Source material:

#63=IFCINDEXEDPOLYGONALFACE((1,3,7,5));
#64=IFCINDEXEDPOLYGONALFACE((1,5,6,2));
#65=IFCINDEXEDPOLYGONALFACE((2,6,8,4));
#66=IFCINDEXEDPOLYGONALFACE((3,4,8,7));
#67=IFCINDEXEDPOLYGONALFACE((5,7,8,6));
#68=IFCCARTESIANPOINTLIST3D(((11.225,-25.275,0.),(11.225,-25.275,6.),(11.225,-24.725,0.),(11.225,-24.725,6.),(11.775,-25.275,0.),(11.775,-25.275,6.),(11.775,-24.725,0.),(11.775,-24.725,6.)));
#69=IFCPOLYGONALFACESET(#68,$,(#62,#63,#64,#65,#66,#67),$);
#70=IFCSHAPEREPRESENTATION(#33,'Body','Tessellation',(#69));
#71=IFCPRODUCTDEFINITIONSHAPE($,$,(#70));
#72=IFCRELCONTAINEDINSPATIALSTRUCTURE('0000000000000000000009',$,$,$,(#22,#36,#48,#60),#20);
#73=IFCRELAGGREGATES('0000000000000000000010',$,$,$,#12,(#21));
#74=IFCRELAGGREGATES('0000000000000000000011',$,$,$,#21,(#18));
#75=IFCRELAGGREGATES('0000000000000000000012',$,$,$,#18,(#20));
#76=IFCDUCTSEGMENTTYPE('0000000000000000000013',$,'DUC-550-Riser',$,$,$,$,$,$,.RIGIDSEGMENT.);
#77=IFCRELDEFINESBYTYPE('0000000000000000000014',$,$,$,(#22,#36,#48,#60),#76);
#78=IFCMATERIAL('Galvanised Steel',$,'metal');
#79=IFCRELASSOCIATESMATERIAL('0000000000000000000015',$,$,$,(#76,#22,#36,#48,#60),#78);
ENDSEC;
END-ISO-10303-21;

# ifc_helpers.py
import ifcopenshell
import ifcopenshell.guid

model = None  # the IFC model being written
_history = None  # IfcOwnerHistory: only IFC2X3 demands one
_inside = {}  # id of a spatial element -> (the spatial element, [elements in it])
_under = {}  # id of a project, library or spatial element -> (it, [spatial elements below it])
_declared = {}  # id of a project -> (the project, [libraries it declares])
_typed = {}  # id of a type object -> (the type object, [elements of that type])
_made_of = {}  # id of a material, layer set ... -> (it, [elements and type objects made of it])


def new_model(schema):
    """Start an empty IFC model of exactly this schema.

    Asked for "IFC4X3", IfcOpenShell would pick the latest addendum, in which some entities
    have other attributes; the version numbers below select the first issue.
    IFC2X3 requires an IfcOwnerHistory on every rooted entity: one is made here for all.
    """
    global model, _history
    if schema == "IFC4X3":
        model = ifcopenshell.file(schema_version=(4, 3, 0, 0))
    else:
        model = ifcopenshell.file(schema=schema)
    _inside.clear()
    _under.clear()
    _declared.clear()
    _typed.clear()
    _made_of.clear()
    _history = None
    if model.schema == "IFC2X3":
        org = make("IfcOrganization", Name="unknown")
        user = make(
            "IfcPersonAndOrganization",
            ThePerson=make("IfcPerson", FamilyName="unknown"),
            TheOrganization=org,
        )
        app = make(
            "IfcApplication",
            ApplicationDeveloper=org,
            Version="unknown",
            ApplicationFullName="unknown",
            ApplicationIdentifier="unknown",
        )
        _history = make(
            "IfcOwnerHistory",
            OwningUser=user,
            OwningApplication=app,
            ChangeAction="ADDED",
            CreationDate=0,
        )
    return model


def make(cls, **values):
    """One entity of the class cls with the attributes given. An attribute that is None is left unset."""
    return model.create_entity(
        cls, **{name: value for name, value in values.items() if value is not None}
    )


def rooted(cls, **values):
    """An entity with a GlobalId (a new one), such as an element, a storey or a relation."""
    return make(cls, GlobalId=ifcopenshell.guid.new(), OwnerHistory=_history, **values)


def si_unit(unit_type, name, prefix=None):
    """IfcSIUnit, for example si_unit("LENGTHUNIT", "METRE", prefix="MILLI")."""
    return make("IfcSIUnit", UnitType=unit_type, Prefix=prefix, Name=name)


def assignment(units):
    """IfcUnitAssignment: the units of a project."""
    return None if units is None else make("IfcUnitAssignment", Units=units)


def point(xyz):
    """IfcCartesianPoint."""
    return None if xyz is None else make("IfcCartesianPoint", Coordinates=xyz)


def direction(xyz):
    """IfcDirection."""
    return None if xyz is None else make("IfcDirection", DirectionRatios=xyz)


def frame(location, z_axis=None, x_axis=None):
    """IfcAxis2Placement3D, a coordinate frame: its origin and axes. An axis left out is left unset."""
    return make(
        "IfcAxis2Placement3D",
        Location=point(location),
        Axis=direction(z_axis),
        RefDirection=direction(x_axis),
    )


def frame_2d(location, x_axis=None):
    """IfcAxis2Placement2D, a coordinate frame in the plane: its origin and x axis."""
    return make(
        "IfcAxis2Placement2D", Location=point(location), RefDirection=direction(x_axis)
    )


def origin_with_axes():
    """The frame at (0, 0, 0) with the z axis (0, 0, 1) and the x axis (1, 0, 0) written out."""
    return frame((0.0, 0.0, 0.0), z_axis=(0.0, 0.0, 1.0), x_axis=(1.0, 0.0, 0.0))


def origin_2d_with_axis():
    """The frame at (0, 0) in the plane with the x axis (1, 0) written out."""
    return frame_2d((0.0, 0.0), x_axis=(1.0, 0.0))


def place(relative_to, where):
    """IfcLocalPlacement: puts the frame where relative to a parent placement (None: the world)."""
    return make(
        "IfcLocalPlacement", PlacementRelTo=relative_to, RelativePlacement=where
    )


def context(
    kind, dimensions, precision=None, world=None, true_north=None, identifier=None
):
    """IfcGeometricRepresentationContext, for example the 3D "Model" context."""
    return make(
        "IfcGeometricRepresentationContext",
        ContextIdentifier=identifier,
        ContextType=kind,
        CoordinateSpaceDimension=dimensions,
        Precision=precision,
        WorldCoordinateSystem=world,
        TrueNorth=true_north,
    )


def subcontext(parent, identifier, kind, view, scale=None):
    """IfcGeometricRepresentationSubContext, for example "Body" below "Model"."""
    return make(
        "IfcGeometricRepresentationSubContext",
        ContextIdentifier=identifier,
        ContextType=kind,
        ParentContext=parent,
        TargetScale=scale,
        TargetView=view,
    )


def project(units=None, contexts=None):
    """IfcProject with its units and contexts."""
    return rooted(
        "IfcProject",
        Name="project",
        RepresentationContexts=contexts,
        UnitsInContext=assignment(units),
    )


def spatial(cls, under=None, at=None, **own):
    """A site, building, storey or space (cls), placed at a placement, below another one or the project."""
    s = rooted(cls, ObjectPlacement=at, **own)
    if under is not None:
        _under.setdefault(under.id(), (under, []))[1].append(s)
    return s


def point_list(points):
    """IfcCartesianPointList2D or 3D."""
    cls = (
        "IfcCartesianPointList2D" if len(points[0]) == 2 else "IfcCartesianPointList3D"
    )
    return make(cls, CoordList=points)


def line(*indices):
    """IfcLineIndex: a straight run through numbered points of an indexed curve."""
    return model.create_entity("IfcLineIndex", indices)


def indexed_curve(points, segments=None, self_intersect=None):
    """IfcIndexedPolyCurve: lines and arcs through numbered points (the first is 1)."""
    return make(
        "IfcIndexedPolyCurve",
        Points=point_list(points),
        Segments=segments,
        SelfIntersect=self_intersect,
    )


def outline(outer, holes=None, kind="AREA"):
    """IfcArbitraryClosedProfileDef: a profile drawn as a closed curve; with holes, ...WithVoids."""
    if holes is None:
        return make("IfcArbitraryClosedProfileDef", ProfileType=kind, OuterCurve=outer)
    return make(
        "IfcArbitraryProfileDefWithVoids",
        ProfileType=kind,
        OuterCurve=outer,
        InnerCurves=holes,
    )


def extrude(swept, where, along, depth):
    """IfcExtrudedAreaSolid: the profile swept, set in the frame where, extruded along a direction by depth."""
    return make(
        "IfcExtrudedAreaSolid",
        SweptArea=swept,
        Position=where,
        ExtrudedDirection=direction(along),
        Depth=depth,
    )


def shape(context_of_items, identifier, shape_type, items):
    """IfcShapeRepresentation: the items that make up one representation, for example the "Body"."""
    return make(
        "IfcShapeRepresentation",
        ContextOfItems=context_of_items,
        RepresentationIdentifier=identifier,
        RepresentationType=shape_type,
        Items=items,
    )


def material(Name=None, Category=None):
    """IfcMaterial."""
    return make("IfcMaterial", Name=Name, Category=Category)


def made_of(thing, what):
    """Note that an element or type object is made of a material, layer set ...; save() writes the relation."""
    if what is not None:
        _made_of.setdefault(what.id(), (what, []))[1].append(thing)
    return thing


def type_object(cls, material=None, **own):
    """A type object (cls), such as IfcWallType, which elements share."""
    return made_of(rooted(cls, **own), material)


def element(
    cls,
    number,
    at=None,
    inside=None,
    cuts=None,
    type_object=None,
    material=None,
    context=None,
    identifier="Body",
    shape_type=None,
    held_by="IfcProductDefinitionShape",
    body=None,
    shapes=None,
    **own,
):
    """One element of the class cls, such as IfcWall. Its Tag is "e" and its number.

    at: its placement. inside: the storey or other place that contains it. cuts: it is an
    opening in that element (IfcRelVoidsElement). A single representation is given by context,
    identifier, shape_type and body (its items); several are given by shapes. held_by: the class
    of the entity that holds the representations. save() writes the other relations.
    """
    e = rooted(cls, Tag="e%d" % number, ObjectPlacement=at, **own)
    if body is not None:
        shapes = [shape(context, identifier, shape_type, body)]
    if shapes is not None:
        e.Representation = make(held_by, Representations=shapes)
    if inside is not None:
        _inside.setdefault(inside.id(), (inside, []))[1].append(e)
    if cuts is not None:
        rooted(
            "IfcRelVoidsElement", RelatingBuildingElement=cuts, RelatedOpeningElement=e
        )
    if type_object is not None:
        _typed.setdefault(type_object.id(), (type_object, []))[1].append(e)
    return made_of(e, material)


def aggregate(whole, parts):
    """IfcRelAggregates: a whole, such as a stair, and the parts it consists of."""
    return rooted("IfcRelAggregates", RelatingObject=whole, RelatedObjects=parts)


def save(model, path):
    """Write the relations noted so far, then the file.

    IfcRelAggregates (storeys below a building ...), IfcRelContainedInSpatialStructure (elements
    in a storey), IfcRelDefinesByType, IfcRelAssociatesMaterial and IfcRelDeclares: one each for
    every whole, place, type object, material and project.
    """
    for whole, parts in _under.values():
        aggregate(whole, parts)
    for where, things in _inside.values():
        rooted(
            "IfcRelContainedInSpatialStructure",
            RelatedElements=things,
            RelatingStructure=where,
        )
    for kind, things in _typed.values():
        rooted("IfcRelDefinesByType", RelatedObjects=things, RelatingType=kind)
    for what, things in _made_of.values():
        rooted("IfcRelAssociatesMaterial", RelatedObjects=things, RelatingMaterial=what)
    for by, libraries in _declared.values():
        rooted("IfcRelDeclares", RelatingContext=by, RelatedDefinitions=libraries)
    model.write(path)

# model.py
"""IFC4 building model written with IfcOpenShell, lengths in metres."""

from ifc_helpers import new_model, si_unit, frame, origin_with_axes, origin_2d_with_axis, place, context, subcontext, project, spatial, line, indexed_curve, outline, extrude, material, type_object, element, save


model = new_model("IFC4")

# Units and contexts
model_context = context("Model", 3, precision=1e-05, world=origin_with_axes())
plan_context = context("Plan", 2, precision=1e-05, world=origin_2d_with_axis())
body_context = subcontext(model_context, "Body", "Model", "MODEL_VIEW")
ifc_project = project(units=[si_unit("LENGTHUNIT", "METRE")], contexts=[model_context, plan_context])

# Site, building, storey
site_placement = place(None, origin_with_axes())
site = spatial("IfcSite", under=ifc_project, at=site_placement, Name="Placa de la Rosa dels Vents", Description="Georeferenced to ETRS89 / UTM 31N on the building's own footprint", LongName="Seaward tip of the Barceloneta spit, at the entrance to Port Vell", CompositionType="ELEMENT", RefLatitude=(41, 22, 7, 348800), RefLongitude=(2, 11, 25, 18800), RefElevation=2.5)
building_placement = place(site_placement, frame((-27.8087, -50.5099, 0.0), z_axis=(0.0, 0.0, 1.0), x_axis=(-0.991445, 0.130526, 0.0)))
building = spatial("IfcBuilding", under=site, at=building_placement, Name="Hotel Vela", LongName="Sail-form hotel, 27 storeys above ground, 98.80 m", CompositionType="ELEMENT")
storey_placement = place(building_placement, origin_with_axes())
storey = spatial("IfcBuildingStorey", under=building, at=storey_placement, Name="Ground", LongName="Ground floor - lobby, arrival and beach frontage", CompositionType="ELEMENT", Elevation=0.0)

What is being asked:
When a line above includes the word "left", please list that line.

Answer for this exercise:
    """One entity of the class cls with the attributes given. An attribute that is None is left unset."""
    """IfcAxis2Placement3D, a coordinate frame: its origin and axes. An axis left out is left unset."""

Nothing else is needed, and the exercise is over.